Like a true spiritual, Blind Boys of Alabama stray from the original words to improvise a church service call and answer version. The lead singer calls out to the audience “Are you with me? Do you want to be free?”

There wasn’t much hope of freedom for black slaves in America. Stripped of their human dignity and freedom they found solace in the gospel message of heavenly hope. Freedom might not come on earth but when the Lord took them into his arms they would be free at last.
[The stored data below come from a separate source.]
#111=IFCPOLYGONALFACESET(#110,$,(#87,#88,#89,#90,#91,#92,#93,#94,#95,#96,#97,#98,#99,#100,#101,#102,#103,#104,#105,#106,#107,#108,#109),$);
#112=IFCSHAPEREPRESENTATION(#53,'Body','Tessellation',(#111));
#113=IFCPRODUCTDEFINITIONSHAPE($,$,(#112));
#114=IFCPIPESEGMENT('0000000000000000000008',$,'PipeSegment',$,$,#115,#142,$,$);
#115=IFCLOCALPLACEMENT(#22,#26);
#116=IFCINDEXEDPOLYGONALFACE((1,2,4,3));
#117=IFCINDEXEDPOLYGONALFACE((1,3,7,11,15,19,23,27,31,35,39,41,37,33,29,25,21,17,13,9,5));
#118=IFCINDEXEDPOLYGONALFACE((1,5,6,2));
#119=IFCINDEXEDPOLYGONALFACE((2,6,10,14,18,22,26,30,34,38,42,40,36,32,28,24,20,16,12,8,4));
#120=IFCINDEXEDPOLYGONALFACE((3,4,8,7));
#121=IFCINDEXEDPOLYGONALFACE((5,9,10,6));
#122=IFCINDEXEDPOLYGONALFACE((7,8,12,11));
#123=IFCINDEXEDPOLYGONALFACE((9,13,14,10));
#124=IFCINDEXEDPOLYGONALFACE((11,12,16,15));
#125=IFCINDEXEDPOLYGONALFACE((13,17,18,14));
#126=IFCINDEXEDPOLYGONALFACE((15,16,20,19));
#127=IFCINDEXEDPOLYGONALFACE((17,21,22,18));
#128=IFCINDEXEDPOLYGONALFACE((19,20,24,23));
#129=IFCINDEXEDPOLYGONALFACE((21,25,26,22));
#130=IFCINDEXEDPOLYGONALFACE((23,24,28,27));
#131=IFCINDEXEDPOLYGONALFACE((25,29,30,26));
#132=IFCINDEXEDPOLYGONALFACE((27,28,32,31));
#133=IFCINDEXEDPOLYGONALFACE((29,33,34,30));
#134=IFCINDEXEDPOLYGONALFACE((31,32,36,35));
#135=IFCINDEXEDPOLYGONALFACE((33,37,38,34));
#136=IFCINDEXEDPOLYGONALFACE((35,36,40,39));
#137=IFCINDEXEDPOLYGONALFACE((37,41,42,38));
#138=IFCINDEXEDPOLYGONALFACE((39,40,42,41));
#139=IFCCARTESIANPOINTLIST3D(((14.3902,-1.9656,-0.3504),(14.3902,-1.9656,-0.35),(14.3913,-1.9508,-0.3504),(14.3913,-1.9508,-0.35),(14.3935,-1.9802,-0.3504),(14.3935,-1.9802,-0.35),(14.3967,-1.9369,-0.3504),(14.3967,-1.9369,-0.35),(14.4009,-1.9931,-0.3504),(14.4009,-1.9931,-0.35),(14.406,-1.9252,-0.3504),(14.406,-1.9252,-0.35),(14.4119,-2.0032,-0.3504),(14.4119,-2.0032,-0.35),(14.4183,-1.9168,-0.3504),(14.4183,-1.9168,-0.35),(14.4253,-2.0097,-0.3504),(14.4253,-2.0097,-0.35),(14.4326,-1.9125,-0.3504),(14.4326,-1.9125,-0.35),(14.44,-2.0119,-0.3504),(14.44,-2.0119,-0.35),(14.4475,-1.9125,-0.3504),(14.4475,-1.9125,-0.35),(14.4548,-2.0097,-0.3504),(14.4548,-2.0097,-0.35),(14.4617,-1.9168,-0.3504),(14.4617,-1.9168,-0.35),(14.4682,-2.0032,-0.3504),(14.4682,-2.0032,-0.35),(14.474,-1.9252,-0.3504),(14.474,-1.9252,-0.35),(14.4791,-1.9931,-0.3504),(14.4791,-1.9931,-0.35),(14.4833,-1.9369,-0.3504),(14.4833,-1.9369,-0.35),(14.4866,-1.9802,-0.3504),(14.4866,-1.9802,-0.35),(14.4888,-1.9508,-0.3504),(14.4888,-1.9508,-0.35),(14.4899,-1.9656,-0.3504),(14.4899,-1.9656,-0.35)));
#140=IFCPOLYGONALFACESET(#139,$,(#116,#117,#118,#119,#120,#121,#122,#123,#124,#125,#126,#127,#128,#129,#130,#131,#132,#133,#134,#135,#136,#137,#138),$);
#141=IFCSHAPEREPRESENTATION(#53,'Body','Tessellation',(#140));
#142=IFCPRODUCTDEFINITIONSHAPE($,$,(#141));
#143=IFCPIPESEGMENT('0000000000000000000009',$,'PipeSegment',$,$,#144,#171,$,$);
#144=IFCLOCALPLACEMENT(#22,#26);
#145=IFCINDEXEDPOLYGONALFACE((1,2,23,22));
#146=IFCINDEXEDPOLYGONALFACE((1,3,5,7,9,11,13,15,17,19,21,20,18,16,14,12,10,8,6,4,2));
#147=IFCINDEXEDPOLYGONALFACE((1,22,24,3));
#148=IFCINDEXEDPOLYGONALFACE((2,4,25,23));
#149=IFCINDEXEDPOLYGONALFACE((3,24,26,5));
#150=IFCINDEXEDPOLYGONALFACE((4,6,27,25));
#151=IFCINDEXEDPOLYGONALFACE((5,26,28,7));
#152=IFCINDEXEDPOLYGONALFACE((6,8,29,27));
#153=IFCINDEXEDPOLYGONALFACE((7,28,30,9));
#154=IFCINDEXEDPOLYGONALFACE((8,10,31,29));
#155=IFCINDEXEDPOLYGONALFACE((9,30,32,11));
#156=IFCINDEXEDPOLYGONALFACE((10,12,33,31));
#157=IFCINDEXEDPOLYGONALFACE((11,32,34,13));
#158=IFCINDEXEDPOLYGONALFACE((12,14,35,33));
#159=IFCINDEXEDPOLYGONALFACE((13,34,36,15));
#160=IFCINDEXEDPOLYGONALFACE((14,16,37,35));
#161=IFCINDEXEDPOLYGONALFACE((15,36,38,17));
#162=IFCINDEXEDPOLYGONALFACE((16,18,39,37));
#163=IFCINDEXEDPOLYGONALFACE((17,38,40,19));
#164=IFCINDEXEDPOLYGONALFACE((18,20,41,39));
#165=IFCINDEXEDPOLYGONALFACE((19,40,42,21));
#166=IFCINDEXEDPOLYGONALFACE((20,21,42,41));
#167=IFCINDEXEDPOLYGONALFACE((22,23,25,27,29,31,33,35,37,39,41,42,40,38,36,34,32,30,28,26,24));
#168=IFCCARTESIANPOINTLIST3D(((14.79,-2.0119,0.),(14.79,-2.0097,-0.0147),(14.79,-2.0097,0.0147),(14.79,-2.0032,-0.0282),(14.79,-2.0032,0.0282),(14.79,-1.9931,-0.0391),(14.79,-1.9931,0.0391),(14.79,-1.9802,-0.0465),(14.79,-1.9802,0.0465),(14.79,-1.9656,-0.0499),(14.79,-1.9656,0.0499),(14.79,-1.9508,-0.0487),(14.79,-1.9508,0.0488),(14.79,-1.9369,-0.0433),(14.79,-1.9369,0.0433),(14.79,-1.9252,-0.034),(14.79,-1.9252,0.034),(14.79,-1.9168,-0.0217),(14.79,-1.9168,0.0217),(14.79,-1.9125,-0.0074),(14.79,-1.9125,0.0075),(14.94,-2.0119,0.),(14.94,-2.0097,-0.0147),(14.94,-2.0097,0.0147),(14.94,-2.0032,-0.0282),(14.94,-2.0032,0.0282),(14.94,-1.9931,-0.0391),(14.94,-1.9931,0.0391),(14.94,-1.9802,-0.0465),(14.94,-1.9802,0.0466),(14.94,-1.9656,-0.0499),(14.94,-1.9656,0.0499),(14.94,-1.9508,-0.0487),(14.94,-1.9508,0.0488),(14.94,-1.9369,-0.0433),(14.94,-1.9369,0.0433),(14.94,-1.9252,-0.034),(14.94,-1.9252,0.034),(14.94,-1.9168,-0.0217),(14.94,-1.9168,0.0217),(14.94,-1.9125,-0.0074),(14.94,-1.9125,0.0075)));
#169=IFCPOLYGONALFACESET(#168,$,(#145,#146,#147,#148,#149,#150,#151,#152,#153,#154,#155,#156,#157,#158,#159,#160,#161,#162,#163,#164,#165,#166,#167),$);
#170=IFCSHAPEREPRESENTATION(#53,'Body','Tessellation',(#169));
Free at last, free at last
I thank God I’m free at last
Free at last, free at last
I thank God I’m free at last

Way down yonder in the graveyard walk
I thank God I’m free at last
Me and my Jesus going to meet and talk
I thank God I’m free at last

On my knees when the light pass’d by
I thank God I’m free at last
Tho’t my soul would rise and fly
I thank God I’m free at last

Some of these mornings, bright and fair
I thank God I’m free at last
Goin’ meet King Jesus in the air
I thank God I’m free at last

The song was well known as a black spiritual for more than 100 years when Dr. Martin Luther King quoted it in his famous “I have a dream” speech.

‘Let freedom ring. And when this happens, and when we allow freedom ring—when we let it ring from every village and every hamlet, from every state and every city, we will be able to speed up that day when all of God’s children—black men and white men, Jews and Gentiles, Protestants and Catholics—will be able to join hands and sing in the words of the old Negro spiritual: “Free at last! Free at last! Thank God Almighty, we are free at last!”‘

The song was first collected in print by J.W.Work III in “American Negro Songs and Spirituals”. The song credit is generally listed as “Traditional African American Spiritual.” I couldn’t find any reference earlier than Work, although it is said to have originated in the early chant spirituals which would place it somewhere between 1865 and 1925. Work also arranged and composed his own spirituals although no one claims he wrote “Free At Last.”